Das Sage Musikzentrum in Gateshead, Großbritannien
Holzart: American ash
Architekt: Foster & Partners
Akustik Ingenieur: Arup Acoustics
Photos: Tessa Musgrave, Courtesy of Wood Awards 2005
The Sage, das neue Musikzentrum von Gateshead kostete £70 Mio. und wurde von Foster & Partners entworfen. Das Gebäude ist eine gleißende Konstruktion, die mit rostfreien Stahlblechen bedeckt ist. Die Spannweite beträgt 80 m und steht hoch über dem Fluss Tyne und schaut auf Newcastle herüber. Das Gebäude besteht aus sechs Betonbereichen – drei Konzertsälen und drei Maschinenräumen, die mit einem Dach aus rostfreiem Stahl und Glas abgedeckt wurden. Jeder der Bereiche ist separat von den anderen errichtet worden, um Geräusche durch die Konstruktionen hindurch zu verhindern. Um die notwendige Akustik zu erreichen, wurden justierbare Deckenpaneele und ein Vertäfelungssystem aus Holzwerkstoffen eingebaut. Der Stadtrat von Gateshead bestand darauf, dass nur zertifizierte Laubhölzer verwendet werden durften, daher war die Auswahl begrenzt, aber das Ergebnis ist spektakulär. American Ash wurde für den Hauptsaal und europäische Birke für den kleineren Saal und den Probenraum ausgewählt. Vorgefertigte Elemente der Deckenreflektoren wurden an Stahlrahmen befestigt, bevor sie mit Winden in den Deckenraum hinauf gezogen wurden. Jeder Reflektor besteht aus zahlreichen Sektionen, die mit zwei Lagen 6 mm Bootsbausperrholz aus Birke zusammen geklebt wurden, um den korrekten Radius der Wölbung für die optimale Ablenkung des Schalls zu erzielen. Das Sperrholz wurde mit American Ash Furnieren verklebt und die Kanten der Sektionen sind mit flexiblem Sperrholz abgedeckt um den engen Radius zu gewährleisten. Um etwas Masse in die dünne Konstruktion aus Gründen der Akustik einzubringen, wurde jede Sektion mit 75 mm dicken MDF Platten ausgekleidet.
Nach der Fertigung unter kontrollierten atmosphärischen Bedingungen war die Aufrechterhaltung des Feuchtigkeitsgehaltes und der Temperatur der hölzernen Elemente, nach dem Transport auf die Baustelle, besonders wichtig aber nicht einfach. Die Umgebungstemperatur und die Luftfeuchtigkeit musste täglich überprüft werden. Nach einer gewissen Bauphase wurden Behelfstüren in die Betonkonstruktion eingebaut und Heizelemente aufgestellt, um nicht-akzeptable Verformungen der Holzelemente zu verhindern. Auf den ersten Blick erscheint es so, als wenn die Bekleidung aus Ash im Hauptauditorium parallel zur Wandlinie verläuft.
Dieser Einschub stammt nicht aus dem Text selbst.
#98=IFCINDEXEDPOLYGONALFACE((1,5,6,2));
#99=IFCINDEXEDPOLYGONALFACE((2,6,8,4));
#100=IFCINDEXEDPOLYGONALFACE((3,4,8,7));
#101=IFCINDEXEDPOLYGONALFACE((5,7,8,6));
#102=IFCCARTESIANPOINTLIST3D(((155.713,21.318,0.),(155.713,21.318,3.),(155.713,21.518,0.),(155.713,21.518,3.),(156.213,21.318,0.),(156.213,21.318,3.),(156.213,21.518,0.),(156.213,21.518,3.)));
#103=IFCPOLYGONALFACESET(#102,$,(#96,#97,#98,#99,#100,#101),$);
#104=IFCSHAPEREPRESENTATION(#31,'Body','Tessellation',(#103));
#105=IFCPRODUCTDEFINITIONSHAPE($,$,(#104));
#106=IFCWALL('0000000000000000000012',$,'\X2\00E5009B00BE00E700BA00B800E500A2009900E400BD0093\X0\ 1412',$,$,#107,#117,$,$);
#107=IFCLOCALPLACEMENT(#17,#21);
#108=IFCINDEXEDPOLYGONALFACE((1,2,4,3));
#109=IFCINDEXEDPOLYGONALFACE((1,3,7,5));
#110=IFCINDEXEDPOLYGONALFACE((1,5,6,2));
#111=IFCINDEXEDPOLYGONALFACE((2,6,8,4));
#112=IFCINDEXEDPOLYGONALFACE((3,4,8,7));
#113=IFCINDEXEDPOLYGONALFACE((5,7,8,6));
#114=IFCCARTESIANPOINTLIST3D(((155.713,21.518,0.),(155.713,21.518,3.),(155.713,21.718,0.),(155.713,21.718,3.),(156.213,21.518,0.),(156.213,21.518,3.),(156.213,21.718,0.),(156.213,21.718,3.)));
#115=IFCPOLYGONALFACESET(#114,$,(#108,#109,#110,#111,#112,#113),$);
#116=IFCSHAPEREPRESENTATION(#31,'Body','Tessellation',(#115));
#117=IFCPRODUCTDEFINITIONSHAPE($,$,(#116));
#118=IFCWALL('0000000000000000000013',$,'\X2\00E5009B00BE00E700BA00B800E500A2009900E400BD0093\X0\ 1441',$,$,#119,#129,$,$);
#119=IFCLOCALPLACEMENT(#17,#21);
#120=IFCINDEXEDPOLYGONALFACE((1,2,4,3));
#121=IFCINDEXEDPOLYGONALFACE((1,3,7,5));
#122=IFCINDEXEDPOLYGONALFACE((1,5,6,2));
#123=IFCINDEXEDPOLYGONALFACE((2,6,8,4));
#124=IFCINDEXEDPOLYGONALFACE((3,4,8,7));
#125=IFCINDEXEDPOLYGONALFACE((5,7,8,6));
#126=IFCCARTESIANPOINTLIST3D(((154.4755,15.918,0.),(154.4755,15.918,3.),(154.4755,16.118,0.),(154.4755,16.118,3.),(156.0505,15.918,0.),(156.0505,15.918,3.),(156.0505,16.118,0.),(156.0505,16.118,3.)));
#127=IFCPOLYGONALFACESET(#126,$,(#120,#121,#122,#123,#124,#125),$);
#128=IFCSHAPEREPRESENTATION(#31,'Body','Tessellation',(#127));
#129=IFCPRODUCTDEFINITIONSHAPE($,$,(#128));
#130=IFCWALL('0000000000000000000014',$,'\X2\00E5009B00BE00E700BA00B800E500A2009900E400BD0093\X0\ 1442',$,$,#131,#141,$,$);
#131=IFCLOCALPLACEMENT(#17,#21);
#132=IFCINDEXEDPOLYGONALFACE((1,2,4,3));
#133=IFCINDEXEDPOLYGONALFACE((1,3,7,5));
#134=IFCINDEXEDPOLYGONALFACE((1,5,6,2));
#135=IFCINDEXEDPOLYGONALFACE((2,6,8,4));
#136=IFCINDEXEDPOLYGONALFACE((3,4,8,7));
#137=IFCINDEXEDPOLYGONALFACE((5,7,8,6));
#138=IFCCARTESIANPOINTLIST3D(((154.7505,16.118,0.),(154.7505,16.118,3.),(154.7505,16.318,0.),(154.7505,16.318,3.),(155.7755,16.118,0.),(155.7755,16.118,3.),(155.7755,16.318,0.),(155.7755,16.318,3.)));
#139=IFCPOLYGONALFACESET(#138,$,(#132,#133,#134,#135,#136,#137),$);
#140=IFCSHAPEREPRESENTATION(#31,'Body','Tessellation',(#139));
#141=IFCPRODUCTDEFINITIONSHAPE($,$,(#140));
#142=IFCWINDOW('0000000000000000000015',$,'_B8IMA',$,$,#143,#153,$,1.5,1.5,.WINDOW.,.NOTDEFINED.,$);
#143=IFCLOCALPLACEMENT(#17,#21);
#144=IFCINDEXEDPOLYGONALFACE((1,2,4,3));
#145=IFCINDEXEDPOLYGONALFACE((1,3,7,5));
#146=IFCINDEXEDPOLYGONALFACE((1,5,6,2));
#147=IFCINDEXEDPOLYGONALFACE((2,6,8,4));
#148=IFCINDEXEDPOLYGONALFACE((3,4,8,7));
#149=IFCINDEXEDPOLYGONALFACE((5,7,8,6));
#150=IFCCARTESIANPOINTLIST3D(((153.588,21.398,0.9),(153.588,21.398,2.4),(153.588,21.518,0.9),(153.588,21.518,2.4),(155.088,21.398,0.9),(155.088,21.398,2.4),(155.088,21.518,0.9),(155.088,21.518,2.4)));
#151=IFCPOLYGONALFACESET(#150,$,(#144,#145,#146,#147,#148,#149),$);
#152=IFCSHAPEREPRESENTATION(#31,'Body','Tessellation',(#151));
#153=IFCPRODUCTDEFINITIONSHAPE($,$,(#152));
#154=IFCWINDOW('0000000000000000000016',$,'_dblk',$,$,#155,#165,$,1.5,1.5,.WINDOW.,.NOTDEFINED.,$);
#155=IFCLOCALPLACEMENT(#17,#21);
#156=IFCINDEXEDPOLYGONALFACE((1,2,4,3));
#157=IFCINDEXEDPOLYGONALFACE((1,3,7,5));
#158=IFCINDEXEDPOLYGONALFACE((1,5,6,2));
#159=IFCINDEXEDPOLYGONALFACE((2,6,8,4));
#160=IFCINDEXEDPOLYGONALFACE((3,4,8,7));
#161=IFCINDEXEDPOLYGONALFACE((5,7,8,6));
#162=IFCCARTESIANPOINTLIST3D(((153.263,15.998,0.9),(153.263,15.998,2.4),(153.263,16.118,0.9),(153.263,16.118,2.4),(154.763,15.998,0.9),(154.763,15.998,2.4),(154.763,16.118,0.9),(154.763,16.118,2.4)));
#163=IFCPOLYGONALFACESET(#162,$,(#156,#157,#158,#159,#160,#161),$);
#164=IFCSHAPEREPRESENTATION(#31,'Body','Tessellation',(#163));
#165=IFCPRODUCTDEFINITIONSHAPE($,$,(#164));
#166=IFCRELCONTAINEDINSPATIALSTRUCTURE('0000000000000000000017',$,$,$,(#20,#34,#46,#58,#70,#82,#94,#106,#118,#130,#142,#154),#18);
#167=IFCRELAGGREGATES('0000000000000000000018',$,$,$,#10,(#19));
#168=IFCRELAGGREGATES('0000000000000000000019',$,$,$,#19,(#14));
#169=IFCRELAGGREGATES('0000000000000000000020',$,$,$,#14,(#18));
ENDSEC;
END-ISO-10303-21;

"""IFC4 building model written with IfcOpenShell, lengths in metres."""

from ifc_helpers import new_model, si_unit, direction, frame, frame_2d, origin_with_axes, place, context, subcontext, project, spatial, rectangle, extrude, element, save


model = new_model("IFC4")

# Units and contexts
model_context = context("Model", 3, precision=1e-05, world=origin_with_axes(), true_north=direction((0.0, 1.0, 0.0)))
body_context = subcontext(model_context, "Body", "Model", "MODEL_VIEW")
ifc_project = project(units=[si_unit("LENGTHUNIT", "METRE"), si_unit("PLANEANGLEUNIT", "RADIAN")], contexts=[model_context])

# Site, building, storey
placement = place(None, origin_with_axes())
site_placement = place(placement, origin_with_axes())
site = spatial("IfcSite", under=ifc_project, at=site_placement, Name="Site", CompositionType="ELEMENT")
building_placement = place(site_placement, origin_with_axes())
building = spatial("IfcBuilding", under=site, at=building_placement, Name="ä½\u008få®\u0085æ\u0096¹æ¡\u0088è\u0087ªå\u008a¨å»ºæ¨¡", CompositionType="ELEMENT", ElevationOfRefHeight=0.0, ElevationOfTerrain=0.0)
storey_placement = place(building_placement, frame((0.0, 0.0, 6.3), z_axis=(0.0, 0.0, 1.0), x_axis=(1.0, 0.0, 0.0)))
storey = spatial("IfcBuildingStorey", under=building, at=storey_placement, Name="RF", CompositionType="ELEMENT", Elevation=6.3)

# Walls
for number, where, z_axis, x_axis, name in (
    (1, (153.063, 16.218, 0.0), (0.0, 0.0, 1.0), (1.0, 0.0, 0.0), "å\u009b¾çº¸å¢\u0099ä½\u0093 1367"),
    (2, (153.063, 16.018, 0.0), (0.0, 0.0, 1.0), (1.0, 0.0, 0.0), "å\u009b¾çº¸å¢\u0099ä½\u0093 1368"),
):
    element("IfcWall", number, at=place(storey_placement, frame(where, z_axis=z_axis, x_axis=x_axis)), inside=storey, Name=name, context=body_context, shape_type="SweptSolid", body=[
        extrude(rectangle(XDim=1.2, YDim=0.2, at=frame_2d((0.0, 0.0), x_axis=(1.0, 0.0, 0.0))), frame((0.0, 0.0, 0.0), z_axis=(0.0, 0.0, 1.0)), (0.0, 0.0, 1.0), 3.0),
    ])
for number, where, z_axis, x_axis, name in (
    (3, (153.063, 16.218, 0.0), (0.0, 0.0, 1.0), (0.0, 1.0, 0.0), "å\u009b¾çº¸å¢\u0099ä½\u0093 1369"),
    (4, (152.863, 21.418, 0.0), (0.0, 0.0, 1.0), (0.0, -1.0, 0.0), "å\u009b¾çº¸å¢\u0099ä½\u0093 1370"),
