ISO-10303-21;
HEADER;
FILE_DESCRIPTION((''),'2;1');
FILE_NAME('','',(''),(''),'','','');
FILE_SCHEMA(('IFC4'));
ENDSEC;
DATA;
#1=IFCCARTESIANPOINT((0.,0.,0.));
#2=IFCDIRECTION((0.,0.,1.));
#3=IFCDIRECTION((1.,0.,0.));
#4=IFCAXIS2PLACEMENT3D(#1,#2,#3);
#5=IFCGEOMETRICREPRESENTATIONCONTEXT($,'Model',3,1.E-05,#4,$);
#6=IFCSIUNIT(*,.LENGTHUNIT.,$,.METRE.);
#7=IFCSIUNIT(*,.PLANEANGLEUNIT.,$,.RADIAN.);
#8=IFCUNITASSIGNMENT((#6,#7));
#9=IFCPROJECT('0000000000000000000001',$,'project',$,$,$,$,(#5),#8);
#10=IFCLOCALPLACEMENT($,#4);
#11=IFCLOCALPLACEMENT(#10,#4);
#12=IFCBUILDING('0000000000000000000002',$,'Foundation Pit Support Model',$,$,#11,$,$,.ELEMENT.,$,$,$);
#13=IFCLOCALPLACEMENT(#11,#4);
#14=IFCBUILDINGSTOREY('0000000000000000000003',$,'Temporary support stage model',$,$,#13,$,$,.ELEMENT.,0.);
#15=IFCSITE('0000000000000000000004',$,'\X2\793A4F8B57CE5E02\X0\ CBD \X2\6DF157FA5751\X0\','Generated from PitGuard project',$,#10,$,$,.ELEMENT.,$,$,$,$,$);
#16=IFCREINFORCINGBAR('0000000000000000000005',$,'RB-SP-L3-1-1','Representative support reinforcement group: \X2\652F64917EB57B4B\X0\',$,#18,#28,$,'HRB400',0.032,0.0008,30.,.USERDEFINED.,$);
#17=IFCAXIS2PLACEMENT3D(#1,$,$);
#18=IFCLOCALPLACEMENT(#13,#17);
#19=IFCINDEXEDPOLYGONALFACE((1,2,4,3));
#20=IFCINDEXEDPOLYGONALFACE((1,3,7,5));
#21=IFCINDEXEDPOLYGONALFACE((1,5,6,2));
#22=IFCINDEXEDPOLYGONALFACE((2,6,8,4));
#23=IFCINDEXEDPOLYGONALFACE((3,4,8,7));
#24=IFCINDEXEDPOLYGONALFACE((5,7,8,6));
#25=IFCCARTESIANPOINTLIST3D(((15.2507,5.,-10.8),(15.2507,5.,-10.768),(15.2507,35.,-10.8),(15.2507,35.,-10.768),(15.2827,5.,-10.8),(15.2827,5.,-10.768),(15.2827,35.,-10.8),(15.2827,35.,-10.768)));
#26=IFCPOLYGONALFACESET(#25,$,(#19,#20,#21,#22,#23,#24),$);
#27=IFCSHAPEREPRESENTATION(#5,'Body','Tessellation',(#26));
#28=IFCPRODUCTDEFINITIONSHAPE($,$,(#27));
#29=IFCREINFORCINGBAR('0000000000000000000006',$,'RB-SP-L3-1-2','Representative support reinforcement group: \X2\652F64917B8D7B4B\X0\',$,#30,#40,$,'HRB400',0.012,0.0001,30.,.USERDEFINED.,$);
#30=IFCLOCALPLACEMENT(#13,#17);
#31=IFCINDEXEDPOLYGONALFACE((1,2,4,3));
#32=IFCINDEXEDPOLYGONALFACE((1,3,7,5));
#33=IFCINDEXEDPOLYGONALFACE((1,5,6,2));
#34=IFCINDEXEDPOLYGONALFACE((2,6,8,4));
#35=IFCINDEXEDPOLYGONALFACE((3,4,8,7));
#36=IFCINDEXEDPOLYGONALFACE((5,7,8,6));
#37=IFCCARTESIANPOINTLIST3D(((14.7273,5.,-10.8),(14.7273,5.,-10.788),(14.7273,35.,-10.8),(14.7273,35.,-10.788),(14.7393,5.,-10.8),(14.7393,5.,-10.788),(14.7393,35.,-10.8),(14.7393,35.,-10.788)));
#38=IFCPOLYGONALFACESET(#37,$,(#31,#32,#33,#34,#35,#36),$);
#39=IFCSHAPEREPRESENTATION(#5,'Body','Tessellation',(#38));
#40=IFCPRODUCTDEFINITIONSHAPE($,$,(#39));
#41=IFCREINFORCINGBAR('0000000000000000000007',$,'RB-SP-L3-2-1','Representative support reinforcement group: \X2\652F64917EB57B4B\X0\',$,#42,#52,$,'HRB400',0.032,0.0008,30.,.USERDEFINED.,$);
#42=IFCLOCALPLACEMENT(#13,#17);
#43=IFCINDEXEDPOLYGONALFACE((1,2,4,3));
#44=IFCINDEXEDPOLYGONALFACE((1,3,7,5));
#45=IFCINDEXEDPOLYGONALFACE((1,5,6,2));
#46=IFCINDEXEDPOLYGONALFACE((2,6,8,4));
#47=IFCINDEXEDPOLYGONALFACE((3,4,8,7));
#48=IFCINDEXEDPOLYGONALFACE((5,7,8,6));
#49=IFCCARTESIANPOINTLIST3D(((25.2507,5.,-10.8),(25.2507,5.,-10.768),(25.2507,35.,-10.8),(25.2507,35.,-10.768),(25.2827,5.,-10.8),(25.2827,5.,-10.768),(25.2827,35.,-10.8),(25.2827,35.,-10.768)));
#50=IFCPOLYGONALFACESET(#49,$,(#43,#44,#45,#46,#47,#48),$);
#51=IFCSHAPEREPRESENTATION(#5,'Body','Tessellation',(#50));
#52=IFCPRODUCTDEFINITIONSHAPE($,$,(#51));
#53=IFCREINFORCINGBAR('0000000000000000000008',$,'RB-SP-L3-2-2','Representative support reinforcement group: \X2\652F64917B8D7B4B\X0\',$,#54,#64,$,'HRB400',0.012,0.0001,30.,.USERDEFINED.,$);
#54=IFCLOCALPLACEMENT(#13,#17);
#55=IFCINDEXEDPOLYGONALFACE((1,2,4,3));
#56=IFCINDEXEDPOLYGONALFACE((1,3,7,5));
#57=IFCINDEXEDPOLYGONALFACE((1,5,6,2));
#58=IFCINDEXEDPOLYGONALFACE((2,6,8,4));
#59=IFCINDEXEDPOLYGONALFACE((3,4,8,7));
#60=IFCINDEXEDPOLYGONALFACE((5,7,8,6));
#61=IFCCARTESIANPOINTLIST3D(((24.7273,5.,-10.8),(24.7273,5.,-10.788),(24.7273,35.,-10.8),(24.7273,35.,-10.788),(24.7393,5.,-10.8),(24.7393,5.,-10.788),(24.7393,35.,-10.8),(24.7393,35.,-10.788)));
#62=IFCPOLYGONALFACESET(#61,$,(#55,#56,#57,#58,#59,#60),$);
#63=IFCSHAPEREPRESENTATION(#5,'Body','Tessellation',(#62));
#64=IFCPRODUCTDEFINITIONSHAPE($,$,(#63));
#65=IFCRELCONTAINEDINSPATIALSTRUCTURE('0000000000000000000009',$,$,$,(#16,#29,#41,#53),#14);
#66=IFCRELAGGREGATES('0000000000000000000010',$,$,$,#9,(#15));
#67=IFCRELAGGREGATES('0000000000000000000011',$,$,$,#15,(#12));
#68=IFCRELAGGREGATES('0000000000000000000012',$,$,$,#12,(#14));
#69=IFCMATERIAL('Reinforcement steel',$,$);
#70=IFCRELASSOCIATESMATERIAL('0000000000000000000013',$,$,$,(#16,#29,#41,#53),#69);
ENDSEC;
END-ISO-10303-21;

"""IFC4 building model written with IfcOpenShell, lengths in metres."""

from ifc_helpers import new_model, si_unit, frame, origin_with_axes, origin_2d, place, context, project, spatial, rectangle, extrude, material, element, save


model = new_model("IFC4")

# Units and contexts
model_context = context("Model", 3, precision=1e-05, world=origin_with_axes())
ifc_project = project(units=[si_unit("LENGTHUNIT", "METRE"), si_unit("PLANEANGLEUNIT", "RADIAN")], contexts=[model_context])

# Site, building, storey
site_placement = place(None, origin_with_axes())
site = spatial("IfcSite", under=ifc_project, at=site_placement, Name="示例城市 CBD 深基坑", Description="Generated from PitGuard project", CompositionType="ELEMENT")
building_placement = place(site_placement, origin_with_axes())
building = spatial("IfcBuilding", under=site, at=building_placement, Name="Foundation Pit Support Model", CompositionType="ELEMENT")
storey_placement = place(building_placement, origin_with_axes())
storey = spatial("IfcBuildingStorey", under=building, at=storey_placement, Name="Temporary support stage model", CompositionType="ELEMENT", Elevation=0.0)

# Reinforcing bars
ifc_material_1 = material(Name="Reinforcement steel")
reinforcing_bar_1_placement = place(storey_placement, frame((15.2667, 20.0, -10.8), z_axis=(0.0, 0.0, 1.0), x_axis=(0.0, 1.0, 0.0)))
element("IfcReinforcingBar", 1, at=reinforcing_bar_1_placement, inside=storey, material=ifc_material_1, Name="RB-SP-L3-1-1", Description="Representative support reinforcement group: 支撑纵筋", SteelGrade="HRB400", BarLength=30.0, CrossSectionArea=0.0008, NominalDiameter=0.032, PredefinedType="USERDEFINED", context=model_context, shape_type="SweptSolid", body=[
    extrude(rectangle(XDim=30.0, YDim=0.032, at=origin_2d()), origin_with_axes(), (0.0, 0.0, 1.0), 0.032),
])
reinforcing_bar_2_placement = place(storey_placement, frame((14.7333, 20.0, -10.8), z_axis=(0.0, 0.0, 1.0), x_axis=(0.0, 1.0, 0.0)))
element("IfcReinforcingBar", 2, at=reinforcing_bar_2_placement, inside=storey, material=ifc_material_1, Name="RB-SP-L3-1-2", Description="Representative support reinforcement group: 支撑箍筋", SteelGrade="HRB400", BarLength=30.0, CrossSectionArea=0.0001, NominalDiameter=0.012, PredefinedType="USERDEFINED", context=model_context, shape_type="SweptSolid", body=[
    extrude(rectangle(XDim=30.0, YDim=0.012, at=origin_2d()), origin_with_axes(), (0.0, 0.0, 1.0), 0.012),
])
reinforcing_bar_3_placement = place(storey_placement, frame((25.2667, 20.0, -10.8), z_axis=(0.0, 0.0, 1.0), x_axis=(0.0, 1.0, 0.0)))
element("IfcReinforcingBar", 3, at=reinforcing_bar_3_placement, inside=storey, material=ifc_material_1, Name="RB-SP-L3-2-1", Description="Representative support reinforcement group: 支撑纵筋", SteelGrade="HRB400", BarLength=30.0, CrossSectionArea=0.0008, NominalDiameter=0.032, PredefinedType="USERDEFINED", context=model_context, shape_type="SweptSolid", body=[
    extrude(rectangle(XDim=30.0, YDim=0.032, at=origin_2d()), origin_with_axes(), (0.0, 0.0, 1.0), 0.032),
])
reinforcing_bar_4_placement = place(storey_placement, frame((24.7333, 20.0, -10.8), z_axis=(0.0, 0.0, 1.0), x_axis=(0.0, 1.0, 0.0)))
element("IfcReinforcingBar", 4, at=reinforcing_bar_4_placement, inside=storey, material=ifc_material_1, Name="RB-SP-L3-2-2", Description="Representative support reinforcement group: 支撑箍筋", SteelGrade="HRB400", BarLength=30.0, CrossSectionArea=0.0001, NominalDiameter=0.012, PredefinedType="USERDEFINED", context=model_context, shape_type="SweptSolid", body=[
    extrude(rectangle(XDim=30.0, YDim=0.012, at=origin_2d()), origin_with_axes(), (0.0, 0.0, 1.0), 0.012),
])

save(model, "model.ifc")
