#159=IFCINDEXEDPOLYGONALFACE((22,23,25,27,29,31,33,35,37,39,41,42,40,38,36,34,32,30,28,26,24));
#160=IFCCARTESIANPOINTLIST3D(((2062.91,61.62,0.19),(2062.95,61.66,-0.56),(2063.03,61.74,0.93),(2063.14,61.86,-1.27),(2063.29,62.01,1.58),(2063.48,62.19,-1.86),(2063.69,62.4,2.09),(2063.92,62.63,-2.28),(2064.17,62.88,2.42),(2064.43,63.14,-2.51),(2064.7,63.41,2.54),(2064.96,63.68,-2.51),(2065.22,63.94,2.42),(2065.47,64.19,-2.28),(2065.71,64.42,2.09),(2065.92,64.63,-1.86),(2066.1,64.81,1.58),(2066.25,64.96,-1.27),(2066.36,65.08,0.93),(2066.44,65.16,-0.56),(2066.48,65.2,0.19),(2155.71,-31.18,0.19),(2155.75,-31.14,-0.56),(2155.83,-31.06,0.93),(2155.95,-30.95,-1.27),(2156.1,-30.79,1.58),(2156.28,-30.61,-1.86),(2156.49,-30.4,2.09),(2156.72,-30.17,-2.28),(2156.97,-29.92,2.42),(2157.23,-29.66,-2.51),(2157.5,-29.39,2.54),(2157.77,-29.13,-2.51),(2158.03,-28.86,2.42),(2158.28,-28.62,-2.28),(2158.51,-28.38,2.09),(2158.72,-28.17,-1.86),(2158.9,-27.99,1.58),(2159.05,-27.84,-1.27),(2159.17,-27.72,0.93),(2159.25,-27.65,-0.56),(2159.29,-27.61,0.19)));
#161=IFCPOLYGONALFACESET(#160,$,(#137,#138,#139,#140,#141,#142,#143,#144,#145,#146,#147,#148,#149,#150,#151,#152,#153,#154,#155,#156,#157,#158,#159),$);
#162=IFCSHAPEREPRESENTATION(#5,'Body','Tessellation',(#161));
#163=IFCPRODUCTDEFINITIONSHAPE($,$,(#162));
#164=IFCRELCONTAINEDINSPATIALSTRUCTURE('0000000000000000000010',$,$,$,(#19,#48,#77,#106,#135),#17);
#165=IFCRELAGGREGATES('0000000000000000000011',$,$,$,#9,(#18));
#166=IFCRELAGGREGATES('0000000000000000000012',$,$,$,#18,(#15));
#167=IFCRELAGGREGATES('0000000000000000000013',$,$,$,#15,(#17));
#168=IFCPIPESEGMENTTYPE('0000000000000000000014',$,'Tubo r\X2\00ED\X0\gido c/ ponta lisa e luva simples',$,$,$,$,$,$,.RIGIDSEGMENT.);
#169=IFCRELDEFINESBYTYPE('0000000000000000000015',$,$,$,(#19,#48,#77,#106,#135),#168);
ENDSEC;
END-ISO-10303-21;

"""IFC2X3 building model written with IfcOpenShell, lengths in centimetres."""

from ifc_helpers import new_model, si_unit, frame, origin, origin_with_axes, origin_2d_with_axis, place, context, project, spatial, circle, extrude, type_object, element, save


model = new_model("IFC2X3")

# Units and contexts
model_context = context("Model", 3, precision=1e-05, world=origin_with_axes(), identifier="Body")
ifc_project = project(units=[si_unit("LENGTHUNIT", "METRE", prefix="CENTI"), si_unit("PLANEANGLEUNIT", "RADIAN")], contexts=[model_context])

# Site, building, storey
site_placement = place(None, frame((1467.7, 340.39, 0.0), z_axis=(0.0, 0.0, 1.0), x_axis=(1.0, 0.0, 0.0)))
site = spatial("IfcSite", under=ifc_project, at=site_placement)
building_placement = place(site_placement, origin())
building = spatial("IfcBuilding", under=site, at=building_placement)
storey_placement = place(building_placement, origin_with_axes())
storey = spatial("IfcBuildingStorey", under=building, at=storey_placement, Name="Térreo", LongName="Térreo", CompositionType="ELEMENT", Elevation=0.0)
Allerdings fällt nach näherer Betrachtung auf, dass sie leicht gewellt verläuft. Die Bekleidung wurde direkt auf die Wand aus Betonblocksteinen, die aus wirtschaftlichen Gründen abgeflachte Oberflächen aufweist, befestigt. Um die komplexe Bogenlinie zu erreichen, forderten die Konstrukteure, dass jede Sektion der Wandbekleidung aus feuchteresistentem MDF verklebt mit Ash Furnieren und Abschussprofilen aus massiver Ash hergestellt wird. Für die schmalen Leisten aus Ash wurden zahlreiche Profile verwendet. Dabei hat jede Leiste ihre eigene individuelle Position auf den Sektionen der Bekleidung. Eine einzige Leiste, außerhalb der Reihenfolge, könnte den optischen Eindruck ruinieren und könnte die Qualität der Akustik beeinträchtigen. Wer war es, der ironisch behauptet hatte, „das Holz kein Hightech Material sei“? Im Sage Musikzentrum ist die Innenausstattung in jedem Fall Hightech, was auch von den Handwerkern bestätigt wird. Noch besser wäre es allerdings, die Musiker nach der akustischen Perfektion, die im Sage Musikzentrum erzielt wurde, zu befragen.